Exercise brief
In the listing below, find the line containing "site_placement = place(None, frame((-1705.5, 23998.9, 0.0)))" and the line containing "building_placement = place(site_placement, origin())". Repeat exactly those two lines and every line between them, nothing more.

Data extracts
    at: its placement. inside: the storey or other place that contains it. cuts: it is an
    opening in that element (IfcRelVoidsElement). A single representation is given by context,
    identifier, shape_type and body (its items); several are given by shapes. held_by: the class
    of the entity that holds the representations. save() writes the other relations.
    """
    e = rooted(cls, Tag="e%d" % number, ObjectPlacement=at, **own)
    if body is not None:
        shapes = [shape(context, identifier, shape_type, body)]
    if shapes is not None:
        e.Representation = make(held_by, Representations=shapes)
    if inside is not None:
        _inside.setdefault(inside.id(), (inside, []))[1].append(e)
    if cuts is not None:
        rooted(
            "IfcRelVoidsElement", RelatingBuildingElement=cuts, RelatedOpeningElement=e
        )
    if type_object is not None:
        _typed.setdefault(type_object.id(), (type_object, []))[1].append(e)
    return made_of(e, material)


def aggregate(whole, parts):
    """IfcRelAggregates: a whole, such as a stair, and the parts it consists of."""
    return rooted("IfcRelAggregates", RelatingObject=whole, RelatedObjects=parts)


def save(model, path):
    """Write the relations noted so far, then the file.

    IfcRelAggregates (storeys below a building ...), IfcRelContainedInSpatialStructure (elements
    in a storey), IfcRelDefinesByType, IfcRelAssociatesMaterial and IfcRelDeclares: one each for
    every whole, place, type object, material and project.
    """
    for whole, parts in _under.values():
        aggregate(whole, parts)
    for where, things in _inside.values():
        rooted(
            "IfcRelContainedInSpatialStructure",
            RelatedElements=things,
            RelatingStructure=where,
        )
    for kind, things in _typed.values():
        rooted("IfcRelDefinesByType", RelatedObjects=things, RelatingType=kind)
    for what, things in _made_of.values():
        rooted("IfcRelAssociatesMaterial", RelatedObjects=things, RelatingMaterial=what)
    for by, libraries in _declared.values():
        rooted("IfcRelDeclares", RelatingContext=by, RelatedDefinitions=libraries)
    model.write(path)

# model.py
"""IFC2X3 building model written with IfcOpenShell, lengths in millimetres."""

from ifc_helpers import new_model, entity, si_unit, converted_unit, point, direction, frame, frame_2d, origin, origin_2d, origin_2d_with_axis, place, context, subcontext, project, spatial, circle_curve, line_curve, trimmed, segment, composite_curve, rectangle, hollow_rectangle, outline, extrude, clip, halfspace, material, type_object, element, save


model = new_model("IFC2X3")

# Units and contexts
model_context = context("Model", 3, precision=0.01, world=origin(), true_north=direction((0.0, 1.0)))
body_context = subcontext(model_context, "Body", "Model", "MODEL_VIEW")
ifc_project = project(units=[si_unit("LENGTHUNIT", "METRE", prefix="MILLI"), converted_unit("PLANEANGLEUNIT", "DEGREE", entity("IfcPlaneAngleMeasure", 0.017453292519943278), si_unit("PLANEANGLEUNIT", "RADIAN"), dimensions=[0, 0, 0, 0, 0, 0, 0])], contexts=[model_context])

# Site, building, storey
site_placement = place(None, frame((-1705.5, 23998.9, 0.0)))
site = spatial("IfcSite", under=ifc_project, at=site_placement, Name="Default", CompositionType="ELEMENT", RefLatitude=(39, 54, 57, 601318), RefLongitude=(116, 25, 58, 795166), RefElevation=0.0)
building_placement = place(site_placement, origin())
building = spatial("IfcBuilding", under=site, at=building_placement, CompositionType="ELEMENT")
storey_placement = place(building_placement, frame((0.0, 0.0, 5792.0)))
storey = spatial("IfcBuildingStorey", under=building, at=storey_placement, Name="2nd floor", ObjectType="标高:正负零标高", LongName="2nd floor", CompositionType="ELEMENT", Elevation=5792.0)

Task answer
site_placement = place(None, frame((-1705.5, 23998.9, 0.0)))
site = spatial("IfcSite", under=ifc_project, at=site_placement, Name="Default", CompositionType="ELEMENT", RefLatitude=(39, 54, 57, 601318), RefLongitude=(116, 25, 58, 795166), RefElevation=0.0)
building_placement = place(site_placement, origin())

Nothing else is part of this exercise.